I thought I turned off all logging, but that's okay.  I have a different way of accomplishing the same goal now.  Thanks for the help.

valnar

My other method wasn't better, so I reinstalled squid and squidguard after reflashing my CF again (always want to start clean).

It worked fine today until I rebooted due to high memory use.  This time the two services would not (and will not) start.

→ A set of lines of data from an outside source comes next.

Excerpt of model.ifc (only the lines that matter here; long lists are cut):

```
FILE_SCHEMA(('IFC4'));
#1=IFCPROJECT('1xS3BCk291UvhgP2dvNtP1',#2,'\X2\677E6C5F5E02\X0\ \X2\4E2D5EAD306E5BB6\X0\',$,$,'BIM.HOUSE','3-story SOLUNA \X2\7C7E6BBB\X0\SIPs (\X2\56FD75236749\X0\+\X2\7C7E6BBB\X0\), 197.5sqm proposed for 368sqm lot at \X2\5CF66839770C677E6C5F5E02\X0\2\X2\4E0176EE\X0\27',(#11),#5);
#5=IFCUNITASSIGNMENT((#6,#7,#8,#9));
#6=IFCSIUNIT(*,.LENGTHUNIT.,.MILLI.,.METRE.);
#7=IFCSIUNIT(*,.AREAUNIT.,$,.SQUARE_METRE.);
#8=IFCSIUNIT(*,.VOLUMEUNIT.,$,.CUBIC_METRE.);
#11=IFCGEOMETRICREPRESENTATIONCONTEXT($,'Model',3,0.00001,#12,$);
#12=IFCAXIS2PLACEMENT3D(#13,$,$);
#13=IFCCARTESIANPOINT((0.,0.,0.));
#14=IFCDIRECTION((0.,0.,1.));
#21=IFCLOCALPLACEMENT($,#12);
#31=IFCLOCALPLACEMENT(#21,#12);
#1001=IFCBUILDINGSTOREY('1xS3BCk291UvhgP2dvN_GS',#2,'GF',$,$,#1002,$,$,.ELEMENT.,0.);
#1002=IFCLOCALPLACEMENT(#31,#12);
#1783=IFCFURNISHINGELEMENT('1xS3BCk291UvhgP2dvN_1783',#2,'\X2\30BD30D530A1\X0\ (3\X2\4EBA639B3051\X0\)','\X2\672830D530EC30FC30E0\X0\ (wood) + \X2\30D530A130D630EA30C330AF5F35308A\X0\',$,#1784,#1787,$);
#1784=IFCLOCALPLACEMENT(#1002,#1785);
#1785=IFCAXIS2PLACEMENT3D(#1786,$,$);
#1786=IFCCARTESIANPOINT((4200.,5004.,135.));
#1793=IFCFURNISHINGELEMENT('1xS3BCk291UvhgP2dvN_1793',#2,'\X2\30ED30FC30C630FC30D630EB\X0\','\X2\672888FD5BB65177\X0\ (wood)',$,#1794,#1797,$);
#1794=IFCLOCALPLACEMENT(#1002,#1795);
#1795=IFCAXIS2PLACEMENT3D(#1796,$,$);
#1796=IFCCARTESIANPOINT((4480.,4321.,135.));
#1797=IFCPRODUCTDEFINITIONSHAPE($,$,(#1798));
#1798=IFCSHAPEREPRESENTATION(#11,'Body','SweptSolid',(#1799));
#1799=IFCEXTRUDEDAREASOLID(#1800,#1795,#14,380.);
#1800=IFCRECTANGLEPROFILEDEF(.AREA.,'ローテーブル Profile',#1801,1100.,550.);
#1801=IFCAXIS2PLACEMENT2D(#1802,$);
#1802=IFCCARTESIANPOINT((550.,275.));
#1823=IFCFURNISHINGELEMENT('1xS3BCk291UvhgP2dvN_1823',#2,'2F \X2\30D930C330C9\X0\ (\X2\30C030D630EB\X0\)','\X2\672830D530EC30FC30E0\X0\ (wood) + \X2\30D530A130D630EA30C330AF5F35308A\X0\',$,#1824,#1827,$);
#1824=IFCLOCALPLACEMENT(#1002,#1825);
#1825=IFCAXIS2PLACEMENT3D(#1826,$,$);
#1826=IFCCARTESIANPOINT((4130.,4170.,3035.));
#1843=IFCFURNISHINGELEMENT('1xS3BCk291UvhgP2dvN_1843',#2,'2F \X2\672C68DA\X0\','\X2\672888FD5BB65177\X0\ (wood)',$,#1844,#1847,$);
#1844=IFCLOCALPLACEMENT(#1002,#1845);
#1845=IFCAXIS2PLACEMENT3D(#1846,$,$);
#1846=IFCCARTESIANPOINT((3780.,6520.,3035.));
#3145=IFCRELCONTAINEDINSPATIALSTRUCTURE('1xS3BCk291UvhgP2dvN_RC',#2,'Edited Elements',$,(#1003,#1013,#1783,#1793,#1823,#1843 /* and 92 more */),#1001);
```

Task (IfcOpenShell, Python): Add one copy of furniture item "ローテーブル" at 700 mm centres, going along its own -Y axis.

```python
import ifcopenshell
import ifcopenshell.api.geometry
import ifcopenshell.api.root
import ifcopenshell.util.element
import ifcopenshell.util.placement
import ifcopenshell.util.unit

model = ifcopenshell.open("model.ifc")
unit_scale = ifcopenshell.util.unit.calculate_unit_scale(model)


def reuse_history(source, copy):
    """copy_class also copies each property set's owner history, people and application; keep the originals."""
    for rel in copy.IsDefinedBy:
        if rel.is_a("IfcRelDefinesByProperties") and (history := rel.RelatingPropertyDefinition.OwnerHistory):
            rel.RelatingPropertyDefinition.OwnerHistory = source.OwnerHistory
            ifcopenshell.util.element.remove_deep2(model, history)


source = model.by_guid("1xS3BCk291UvhgP2dvN_1793")
base = ifcopenshell.util.placement.get_local_placement(source.ObjectPlacement)
step = -base[:3, 1] * 0.7 / unit_scale

for i in range(1, 2):
    copy = ifcopenshell.api.root.copy_class(model, product=source)
    copy.Representation = ifcopenshell.util.element.copy_deep(
        model, source.Representation, exclude=["IfcGeometricRepresentationContext", "IfcRepresentationMap"]
    )
    reuse_history(source, copy)
    matrix = base.copy()
    matrix[:3, 3] += i * step
    print("added at", matrix[:3, 3].round(3) + 0.0)
    ifcopenshell.api.geometry.edit_object_placement(model, product=copy, matrix=matrix, is_si=False)

model.write("model_updated.ifc")
```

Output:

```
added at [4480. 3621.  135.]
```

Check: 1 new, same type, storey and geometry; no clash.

It won't start from the services page, and if I go into Proxy filter separately to start it instead, I get these errors on apply:

The following input errors were detected:

    * (B1) BLACKLIST 'ads' error: file '/var/db/squidGuard/ads' not found
    * (B1) BLACKLIST 'aggressive' error: file '/var/db/squidGuard/aggressive' not found
    * (B1) BLACKLIST 'audio-video' error: file '/var/db/squidGuard/audio-video' not found
    * (B1) BLACKLIST 'drugs' error: file '/var/db/squidGuard/drugs' not found
    * (B1) BLACKLIST 'gambling' error: file '/var/db/squidGuard/gambling' not found
    * (B1) BLACKLIST 'hacking' error: file '/var/db/squidGuard/hacking' not found
    * (B1) BLACKLIST 'mail' error: file '/var/db/squidGuard/mail' not found
    * (B1) BLACKLIST 'porn' error: file '/var/db/squidGuard/porn' not found
    * (B1) BLACKLIST 'proxy' error: file '/var/db/squidGuard/proxy' not found
    * (B1) BLACKLIST 'violence' error: file '/var/db/squidGuard/violence' not found
    * (B1) BLACKLIST 'warez' error: file '/var/db/squidGuard/warez' not found

Now, I never downloaded a blacklist file before, nor did I need one to use squidguard.  Do I have to now?

valnar

My services log on bootup, with squid entries only:

Nov 27 05:02:40 	squid[1359]: Squid Parent: child process 1361 exited with status 0
Nov 27 05:02:35 	php: : Creating squid cache subdirs in /var/squid/cache
Nov 27 05:02:32 	squid[1359]: Squid Parent: child process 1361 started
Nov 27 05:02:31 	squid[1249]: Squid Parent: child process 1251 exited with status 0
Nov 27 05:02:27 	php: : Creating squid cache subdirs in /var/squid/cache
Nov 27 05:02:21 	squid[1249]: Squid Parent: child process 1251 started
Nov 27 05:02:20 	squid[1215]: Squid Parent: child process 1217 exited with status 0
Nov 27 05:02:16 	php: : Creating squid cache subdirs in /var/squid/cache
Nov 27 05:02:11 	squid[1215]: Squid Parent: child process 1217 started
Nov 27 05:02:10 	squid[1181]: Squid Parent: child process 1183 exited with status 0
Nov 27 05:02:06 	php: : Creating squid cache subdirs in /var/squid/cache
Nov 27 05:02:01 	squid[1181]: Squid Parent: child process 1183 started
Nov 27 05:02:00 	squid[1147]: Squid Parent: child process 1150 exited with status 0
Nov 27 05:01:56 	php: : Creating squid cache subdirs in /var/squid/cache
Nov 27 05:01:51 	squid[1147]: Squid Parent: child process 1150 started
Nov 27 05:01:46 	php: : Creating squid cache subdirs in /var/squid/cache
Nov 27 05:01:44 	squid[1106]: Squid Parent: child process 1109 exited with status 0
Nov 27 05:01:40 	php: : Creating squid cache subdirs in /var/squid/cache
Nov 27 05:01:36 	squid[1106]: Squid Parent: child process 1109 started
Nov 27 05:01:35 	squid[1071]: Squid Parent: child process 1073 exited with status 0
Nov 27 05:01:31 	php: : Creating squid cache subdirs in /var/squid/cache
Nov 27 05:01:25 	squid[1071]: Squid Parent: child process 1073 started
Nov 27 05:01:20 	php: : Creating squid cache subdirs in /var/squid/cache
Nov 27 05:01:20 	php: : Creating Squid cache dir /var/squid/cache
Nov 27 05:01:20 	php: : Creating squid log dir /var/squid/log/

dvserg

Disable blacklist checkbox.

valnar

It already was disabled.  Both squid and squidguard services are not starting.